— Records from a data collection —
----------
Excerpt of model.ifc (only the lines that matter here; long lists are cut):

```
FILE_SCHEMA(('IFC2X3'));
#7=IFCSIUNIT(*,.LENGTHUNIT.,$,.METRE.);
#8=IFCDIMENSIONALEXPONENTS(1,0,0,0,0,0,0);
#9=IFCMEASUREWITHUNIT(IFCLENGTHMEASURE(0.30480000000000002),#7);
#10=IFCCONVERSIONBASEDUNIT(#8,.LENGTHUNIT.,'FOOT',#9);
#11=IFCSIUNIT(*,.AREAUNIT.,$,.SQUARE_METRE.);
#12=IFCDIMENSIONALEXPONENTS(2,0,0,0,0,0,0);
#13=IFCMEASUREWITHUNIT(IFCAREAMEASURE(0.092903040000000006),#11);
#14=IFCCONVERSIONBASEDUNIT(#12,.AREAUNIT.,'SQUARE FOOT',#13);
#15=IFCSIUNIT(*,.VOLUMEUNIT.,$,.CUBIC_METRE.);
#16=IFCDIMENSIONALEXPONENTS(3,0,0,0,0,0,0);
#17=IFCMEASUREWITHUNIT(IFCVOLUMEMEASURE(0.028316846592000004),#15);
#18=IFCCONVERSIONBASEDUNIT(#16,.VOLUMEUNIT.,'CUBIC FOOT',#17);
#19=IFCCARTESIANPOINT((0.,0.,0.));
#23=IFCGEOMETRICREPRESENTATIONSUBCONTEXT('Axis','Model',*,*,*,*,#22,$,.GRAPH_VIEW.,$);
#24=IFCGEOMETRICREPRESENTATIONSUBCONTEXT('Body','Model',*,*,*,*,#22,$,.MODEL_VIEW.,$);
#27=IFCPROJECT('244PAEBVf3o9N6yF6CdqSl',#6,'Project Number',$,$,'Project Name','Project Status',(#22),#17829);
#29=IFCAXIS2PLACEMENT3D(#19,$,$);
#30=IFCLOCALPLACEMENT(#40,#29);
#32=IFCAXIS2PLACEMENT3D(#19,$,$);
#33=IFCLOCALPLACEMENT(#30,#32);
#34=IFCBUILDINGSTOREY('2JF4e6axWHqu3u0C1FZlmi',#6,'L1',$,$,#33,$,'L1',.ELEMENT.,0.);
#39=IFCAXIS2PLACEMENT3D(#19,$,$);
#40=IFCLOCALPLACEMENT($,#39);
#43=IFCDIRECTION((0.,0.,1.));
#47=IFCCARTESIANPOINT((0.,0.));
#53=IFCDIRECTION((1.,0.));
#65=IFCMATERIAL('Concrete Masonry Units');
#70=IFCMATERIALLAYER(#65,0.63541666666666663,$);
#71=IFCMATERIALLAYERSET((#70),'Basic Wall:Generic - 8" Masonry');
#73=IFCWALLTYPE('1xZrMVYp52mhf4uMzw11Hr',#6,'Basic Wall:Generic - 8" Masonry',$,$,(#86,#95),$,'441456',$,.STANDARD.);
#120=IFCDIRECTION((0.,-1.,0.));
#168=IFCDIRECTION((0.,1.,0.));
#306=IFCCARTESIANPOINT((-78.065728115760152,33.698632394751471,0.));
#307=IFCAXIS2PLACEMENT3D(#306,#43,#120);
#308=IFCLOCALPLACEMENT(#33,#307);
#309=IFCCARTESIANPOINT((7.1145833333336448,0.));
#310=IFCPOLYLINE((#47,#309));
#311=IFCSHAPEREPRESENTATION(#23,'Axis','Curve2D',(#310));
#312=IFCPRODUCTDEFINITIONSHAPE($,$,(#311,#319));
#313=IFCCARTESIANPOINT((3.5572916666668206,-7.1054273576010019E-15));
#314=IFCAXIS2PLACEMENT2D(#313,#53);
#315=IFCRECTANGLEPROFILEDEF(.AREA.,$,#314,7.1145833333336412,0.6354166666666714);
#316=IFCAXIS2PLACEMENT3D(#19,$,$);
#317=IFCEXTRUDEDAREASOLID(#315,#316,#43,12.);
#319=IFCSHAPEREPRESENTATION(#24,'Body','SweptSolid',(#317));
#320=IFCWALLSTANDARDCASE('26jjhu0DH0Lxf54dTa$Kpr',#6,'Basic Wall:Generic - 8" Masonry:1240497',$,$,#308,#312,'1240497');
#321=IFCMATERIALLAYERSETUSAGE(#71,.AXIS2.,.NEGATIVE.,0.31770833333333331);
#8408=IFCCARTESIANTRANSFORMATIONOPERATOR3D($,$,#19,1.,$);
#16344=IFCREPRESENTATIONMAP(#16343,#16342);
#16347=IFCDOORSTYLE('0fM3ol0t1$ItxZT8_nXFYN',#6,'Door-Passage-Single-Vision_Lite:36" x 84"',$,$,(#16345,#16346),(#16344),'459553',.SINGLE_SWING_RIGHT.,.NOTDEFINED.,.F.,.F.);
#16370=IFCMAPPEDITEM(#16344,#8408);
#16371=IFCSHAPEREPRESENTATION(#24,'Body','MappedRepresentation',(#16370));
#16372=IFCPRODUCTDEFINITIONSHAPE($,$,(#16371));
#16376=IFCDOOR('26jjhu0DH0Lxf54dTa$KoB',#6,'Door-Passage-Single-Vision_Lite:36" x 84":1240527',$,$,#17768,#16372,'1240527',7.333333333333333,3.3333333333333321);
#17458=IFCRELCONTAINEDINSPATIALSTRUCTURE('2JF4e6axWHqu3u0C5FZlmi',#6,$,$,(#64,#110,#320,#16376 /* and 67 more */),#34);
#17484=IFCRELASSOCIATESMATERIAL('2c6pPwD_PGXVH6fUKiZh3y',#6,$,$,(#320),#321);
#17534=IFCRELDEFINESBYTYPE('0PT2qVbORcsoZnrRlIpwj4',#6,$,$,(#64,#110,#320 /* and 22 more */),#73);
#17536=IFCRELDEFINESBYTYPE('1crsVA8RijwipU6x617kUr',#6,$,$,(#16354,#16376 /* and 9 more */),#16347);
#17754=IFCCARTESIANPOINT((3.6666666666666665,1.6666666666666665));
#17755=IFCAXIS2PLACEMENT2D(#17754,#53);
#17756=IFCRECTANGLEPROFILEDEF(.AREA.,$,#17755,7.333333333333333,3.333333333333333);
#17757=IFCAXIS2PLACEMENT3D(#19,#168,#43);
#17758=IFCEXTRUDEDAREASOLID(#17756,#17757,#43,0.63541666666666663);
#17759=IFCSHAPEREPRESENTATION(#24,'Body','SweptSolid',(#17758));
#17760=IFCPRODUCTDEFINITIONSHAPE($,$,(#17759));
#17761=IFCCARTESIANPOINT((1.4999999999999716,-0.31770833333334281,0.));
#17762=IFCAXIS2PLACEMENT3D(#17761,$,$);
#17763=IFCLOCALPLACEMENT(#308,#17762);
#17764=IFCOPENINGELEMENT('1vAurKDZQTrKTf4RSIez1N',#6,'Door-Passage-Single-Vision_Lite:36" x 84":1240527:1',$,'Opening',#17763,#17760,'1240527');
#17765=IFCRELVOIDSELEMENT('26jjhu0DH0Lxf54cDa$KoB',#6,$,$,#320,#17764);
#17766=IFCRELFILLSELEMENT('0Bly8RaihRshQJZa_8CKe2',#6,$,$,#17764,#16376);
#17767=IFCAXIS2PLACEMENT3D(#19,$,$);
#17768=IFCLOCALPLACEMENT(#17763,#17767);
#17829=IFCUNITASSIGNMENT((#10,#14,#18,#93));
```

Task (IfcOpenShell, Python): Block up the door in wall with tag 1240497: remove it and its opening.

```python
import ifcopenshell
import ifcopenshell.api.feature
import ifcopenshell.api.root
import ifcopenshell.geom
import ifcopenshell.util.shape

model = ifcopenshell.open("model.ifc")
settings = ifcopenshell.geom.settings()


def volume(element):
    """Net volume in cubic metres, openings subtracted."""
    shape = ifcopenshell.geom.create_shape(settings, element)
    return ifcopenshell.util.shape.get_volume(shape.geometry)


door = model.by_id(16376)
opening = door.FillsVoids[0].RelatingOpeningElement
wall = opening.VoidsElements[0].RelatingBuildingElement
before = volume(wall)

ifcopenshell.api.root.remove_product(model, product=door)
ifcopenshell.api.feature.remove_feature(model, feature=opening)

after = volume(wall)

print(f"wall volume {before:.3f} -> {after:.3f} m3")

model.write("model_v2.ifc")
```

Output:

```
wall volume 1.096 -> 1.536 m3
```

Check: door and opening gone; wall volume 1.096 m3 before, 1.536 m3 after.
----------
— What is needed —
Report only the number of lines in the records that include the word "IFCRECTANGLEPROFILEDEF".

— Exercise result —
2